To which I responded:

Having worked in e-commerce customer service, I can tell you that the people who design the software that the CS reps use to acquire information and "solve" customer problems almost never have any direct experience performing those CS tasks. Also, front-line CS reps almost never have the authorization to communicate directly with the people who write their software tools. Requests, suggestions, and complaints concerning the usability of these tools usually must pass thru at least one layer of "management," which means anything unpleasant or otherwise insufficiently rosy that the "manager" does not want to admit knowing about will be transmuted into something that bears no relevance to the CS tasks the software is supposed to facilitate.

When the customer service department consists of 10 people, with tool-writers also doing real CS work and no more than one layer of management, the system works.
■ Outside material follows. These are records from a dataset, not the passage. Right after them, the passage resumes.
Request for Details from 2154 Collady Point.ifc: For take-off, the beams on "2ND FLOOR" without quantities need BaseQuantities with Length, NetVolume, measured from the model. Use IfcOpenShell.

First a look at what the model holds.

```python
import ifcopenshell
import ifcopenshell.util.element
import ifcopenshell.util.unit

model = ifcopenshell.open("Details from 2154 Collady Point.ifc")
print(model.schema)
for unit_type in ("LENGTHUNIT", "AREAUNIT", "VOLUMEUNIT"):
    print(unit_type, ifcopenshell.util.unit.calculate_unit_scale(model, unit_type))
storey = next(s for s in model.by_type("IfcBuildingStorey") if s.Name == "2ND FLOOR")
beams = [e for e in ifcopenshell.util.element.get_decomposition(storey) if e.is_a("IfcBeam")]
for e in sorted(beams, key=lambda e: e.id()):
    print(e.id(), e.is_a(), e.Name, list(ifcopenshell.util.element.get_psets(e, qtos_only=True)), sep=" | ")
```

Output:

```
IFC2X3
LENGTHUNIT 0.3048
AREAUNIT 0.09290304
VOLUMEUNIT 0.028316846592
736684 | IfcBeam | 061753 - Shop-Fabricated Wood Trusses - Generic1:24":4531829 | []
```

```python
import ifcopenshell
import ifcopenshell.api.pset
import ifcopenshell.geom
import ifcopenshell.util.element
import ifcopenshell.util.shape
import ifcopenshell.util.unit

model = ifcopenshell.open("Details from 2154 Collady Point.ifc")
unit_scale = ifcopenshell.util.unit.calculate_unit_scale(model)
volume_scale = ifcopenshell.util.unit.calculate_unit_scale(model, "VOLUMEUNIT")
settings = ifcopenshell.geom.settings()

storey = next(s for s in model.by_type("IfcBuildingStorey") if s.Name == "2ND FLOOR")
beams = [e for e in ifcopenshell.util.element.get_decomposition(storey) if e.is_a("IfcBeam")]

for e in sorted(beams, key=lambda e: e.id()):
    if ifcopenshell.util.element.get_psets(e, qtos_only=True, should_inherit=False):
        continue
    # Geometry comes back in metres, in the element's own axes.
    shape = ifcopenshell.geom.create_shape(settings, e)
    values = {
        "Length": ifcopenshell.util.shape.get_max_xyz(shape.geometry) / unit_scale,
        "NetVolume": ifcopenshell.util.shape.get_volume(shape.geometry) / volume_scale,
    }
    qto = ifcopenshell.api.pset.add_qto(model, product=e, name="BaseQuantities")
    ifcopenshell.api.pset.edit_qto(model, qto=qto, properties=values)
    print(e.id(), {k: round(v, 3) for k, v in values.items()})

model.write("Details from 2154 Collady Point_v2.ifc")
```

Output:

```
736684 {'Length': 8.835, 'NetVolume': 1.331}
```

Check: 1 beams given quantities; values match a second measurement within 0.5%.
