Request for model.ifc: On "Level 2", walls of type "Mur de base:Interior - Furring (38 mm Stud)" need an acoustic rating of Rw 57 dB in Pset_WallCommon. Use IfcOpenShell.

First a look at what the model holds.

```python
import ifcopenshell
import ifcopenshell.util.element

model = ifcopenshell.open("model.ifc")
print(model.schema)
storey = next(s for s in model.by_type("IfcBuildingStorey") if s.Name == "Level 2")
walls = [e for e in ifcopenshell.util.element.get_decomposition(storey) if e.is_a("IfcWall")]
seen = {}
for e in walls:
    element_type = ifcopenshell.util.element.get_type(e)
    key = (element_type.Name if element_type != e and element_type else None, ifcopenshell.util.element.get_pset(e, "Pset_WallCommon", "AcousticRating"))
    seen[key] = seen.get(key, 0) + 1
for (name, value), count in sorted(seen.items(), key=str):
    print(count, "x", name, "|", value)
```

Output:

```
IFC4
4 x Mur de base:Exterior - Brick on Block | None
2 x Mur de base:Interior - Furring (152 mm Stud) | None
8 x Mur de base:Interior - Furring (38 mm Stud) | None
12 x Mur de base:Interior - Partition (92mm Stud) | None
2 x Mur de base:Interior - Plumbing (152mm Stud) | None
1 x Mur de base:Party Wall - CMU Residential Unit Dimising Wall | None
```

```python
import ifcopenshell
import ifcopenshell.api.pset
import ifcopenshell.util.element

model = ifcopenshell.open("model.ifc")

storey = next(s for s in model.by_type("IfcBuildingStorey") if s.Name == "Level 2")
walls = [e for e in ifcopenshell.util.element.get_decomposition(storey) if e.is_a("IfcWall")]

count = 0
for e in walls:
    element_type = ifcopenshell.util.element.get_type(e)
    if element_type in (None, e) or element_type.Name != "Mur de base:Interior - Furring (38 mm Stud)":
        continue
    # add_pset returns the element's existing set when there is one.
    pset = ifcopenshell.api.pset.add_pset(model, product=e, name="Pset_WallCommon")
    ifcopenshell.api.pset.edit_pset(model, pset=pset, properties={"AcousticRating": "Rw 57 dB"})
    count += 1

print(count, "walls updated")

model.write("model-out.ifc")
```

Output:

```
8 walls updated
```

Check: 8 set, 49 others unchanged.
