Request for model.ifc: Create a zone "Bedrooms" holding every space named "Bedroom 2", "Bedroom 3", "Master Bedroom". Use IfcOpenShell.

First a look at what the model holds.

```python
import ifcopenshell

model = ifcopenshell.open("model.ifc")
print(model.schema)
seen = {}
for space in model.by_type("IfcSpace"):
    seen[space.LongName] = seen.get(space.LongName, 0) + 1
for name, count in sorted(seen.items(), key=str):
    print(count, "x", name)
print("zones:", [z.Name for z in model.by_type("IfcZone")][:20])
```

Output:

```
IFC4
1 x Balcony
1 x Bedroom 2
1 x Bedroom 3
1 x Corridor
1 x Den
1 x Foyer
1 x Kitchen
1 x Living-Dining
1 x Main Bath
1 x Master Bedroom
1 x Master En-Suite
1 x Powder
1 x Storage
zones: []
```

```python
import ifcopenshell
import ifcopenshell.api.group
import ifcopenshell.api.root

model = ifcopenshell.open("model.ifc")

names = {"Bedroom 2", "Bedroom 3", "Master Bedroom"}
spaces = [s for s in model.by_type("IfcSpace") if s.LongName in names]

zone = ifcopenshell.api.root.create_entity(model, ifc_class="IfcZone", name="Bedrooms")
ifcopenshell.api.group.assign_group(model, products=spaces, group=zone)
print(len(spaces), "spaces in", zone.Name)

model.write("model-out.ifc")
```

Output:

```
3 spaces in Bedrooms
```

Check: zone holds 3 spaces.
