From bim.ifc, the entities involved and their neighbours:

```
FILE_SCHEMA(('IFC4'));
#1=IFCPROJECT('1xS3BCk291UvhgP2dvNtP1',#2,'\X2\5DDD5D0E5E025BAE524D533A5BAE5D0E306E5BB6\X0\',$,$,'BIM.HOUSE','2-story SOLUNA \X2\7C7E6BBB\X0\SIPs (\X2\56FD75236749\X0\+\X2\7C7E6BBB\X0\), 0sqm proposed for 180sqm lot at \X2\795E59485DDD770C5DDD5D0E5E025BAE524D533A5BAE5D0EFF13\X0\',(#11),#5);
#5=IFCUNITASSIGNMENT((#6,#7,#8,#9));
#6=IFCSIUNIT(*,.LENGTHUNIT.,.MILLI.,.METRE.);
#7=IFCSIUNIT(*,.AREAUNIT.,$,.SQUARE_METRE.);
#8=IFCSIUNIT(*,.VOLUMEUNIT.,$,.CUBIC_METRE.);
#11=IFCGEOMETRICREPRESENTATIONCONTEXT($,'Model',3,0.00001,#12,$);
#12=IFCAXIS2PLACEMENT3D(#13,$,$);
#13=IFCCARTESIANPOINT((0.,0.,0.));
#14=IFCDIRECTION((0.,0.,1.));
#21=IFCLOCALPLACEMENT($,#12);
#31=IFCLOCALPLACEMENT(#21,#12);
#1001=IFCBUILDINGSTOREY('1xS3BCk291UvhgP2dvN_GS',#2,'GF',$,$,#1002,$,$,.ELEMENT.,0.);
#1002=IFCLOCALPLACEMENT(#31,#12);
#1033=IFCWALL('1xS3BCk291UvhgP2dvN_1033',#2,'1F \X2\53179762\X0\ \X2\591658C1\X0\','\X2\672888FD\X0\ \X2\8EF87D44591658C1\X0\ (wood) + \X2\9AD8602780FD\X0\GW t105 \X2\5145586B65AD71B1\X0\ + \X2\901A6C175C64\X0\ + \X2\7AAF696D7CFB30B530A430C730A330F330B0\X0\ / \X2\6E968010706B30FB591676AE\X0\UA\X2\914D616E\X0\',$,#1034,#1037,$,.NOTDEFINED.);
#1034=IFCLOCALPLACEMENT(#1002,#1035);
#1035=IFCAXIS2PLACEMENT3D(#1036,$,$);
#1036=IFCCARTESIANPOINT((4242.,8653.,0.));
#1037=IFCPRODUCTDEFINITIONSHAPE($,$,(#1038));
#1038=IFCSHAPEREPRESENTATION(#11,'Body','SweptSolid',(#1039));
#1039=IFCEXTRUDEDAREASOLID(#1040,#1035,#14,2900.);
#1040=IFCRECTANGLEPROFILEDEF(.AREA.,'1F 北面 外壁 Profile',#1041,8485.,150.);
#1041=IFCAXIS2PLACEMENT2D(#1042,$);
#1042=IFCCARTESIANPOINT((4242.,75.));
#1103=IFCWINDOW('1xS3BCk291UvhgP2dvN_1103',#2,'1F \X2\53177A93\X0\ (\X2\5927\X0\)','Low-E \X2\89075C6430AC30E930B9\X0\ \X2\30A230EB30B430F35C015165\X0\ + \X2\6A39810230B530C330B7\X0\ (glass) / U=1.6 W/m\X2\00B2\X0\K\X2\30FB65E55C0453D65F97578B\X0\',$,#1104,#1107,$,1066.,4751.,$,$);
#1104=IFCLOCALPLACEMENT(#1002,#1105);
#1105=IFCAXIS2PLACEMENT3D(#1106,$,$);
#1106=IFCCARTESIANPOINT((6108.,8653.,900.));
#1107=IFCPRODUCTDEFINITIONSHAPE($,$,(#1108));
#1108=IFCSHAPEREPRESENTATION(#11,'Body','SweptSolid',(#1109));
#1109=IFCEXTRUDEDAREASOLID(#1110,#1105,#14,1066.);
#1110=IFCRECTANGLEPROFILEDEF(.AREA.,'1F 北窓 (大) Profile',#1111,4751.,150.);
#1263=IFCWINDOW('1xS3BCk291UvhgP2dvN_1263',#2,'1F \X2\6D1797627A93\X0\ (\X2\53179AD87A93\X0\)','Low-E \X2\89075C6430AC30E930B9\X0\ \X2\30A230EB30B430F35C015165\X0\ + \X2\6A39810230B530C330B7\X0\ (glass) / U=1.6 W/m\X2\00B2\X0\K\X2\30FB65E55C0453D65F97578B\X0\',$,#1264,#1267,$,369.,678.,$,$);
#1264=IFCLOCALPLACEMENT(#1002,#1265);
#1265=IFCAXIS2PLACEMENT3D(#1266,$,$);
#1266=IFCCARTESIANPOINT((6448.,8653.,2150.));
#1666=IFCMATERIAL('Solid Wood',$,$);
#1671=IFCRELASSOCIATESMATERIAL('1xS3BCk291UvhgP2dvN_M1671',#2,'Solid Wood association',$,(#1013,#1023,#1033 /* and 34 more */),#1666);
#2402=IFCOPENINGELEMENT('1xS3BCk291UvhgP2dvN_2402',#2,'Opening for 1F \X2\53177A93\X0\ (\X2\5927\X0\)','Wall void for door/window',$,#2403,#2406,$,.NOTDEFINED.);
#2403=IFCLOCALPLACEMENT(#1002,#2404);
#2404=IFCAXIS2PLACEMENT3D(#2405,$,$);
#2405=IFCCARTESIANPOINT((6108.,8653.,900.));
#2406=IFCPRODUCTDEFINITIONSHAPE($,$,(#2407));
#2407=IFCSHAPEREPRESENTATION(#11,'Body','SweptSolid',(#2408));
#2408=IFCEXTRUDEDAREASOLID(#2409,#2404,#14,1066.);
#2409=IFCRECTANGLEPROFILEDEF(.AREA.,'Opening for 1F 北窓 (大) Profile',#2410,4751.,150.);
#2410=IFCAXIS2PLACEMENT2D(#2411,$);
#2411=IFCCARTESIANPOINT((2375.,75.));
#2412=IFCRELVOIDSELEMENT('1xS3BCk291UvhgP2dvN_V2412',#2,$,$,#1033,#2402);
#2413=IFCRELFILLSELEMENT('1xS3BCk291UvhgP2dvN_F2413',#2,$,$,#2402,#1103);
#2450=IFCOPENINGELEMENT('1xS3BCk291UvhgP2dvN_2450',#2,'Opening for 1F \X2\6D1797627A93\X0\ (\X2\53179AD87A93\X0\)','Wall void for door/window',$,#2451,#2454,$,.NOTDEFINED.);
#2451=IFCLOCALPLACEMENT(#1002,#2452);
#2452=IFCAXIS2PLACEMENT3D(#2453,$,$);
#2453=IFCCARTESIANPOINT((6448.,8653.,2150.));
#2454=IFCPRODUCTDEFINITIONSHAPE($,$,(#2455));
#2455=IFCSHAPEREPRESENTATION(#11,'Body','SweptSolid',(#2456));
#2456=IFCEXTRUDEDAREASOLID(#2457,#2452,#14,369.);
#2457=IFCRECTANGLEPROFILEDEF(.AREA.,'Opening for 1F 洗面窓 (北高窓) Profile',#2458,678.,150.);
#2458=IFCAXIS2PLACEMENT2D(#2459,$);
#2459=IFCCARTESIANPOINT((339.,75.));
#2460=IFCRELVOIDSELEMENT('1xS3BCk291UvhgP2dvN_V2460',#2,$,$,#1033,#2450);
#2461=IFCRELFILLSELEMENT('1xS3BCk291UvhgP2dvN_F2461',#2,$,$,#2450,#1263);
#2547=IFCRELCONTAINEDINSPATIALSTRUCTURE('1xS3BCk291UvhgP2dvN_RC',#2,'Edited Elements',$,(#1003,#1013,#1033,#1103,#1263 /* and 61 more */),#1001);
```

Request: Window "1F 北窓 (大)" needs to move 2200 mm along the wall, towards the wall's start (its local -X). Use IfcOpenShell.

```python
import ifcopenshell
import ifcopenshell.api.geometry
import ifcopenshell.util.placement
import ifcopenshell.util.unit

model = ifcopenshell.open("bim.ifc")
unit_scale = ifcopenshell.util.unit.calculate_unit_scale(model)

window = model.by_guid("1xS3BCk291UvhgP2dvN_1103")
opening = window.FillsVoids[0].RelatingOpeningElement
wall = opening.VoidsElements[0].RelatingBuildingElement

wall_matrix = ifcopenshell.util.placement.get_local_placement(wall.ObjectPlacement)
shift = wall_matrix[:3, 0] * -2.2 / unit_scale
before = ifcopenshell.util.placement.get_local_placement(window.ObjectPlacement)[:3, 3].copy()

# The window is not placed relative to its opening, so move both.
for product in (opening, window):
    matrix = ifcopenshell.util.placement.get_local_placement(product.ObjectPlacement)
    matrix[:3, 3] += shift
    ifcopenshell.api.geometry.edit_object_placement(model, product=product, matrix=matrix, is_si=False)

after = ifcopenshell.util.placement.get_local_placement(window.ObjectPlacement)[:3, 3]
print("window moved by", (after - before).round(3) + 0.0)

model.write("bim_edited.ifc")
```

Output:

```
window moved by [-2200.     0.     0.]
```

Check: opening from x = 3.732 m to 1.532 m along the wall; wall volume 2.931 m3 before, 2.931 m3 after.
When the company grows to 10 times that size, introduces multiple layers of "management" and separates the people who create the tools from the people who use them, you get results like the ones you've described. Grow the department by another factor of ten, diversify the services and products offered by the company, factor in the Peter Principle and then farm the CS jobs out to a high-tech sweatshop in India and you've got a customer service monstrosity like the one you'll encounter if you ever have a problem with an order from Amazon.com.


( 1 comment — Leave a comment )
Apr. 15th, 2002 11:50 am (UTC)
Ahh, memories.

This is why I refuse to even apply to work at Earthlink. If I ever do CS again (increasingly likely, since content jobs, when they are to be had, are going to people with more webdev expertise than I), it's going to be somewhere small, where I get to work at the desk next to the guy who wrote the script I'm currently running, and who can tell me how to make it do what I want.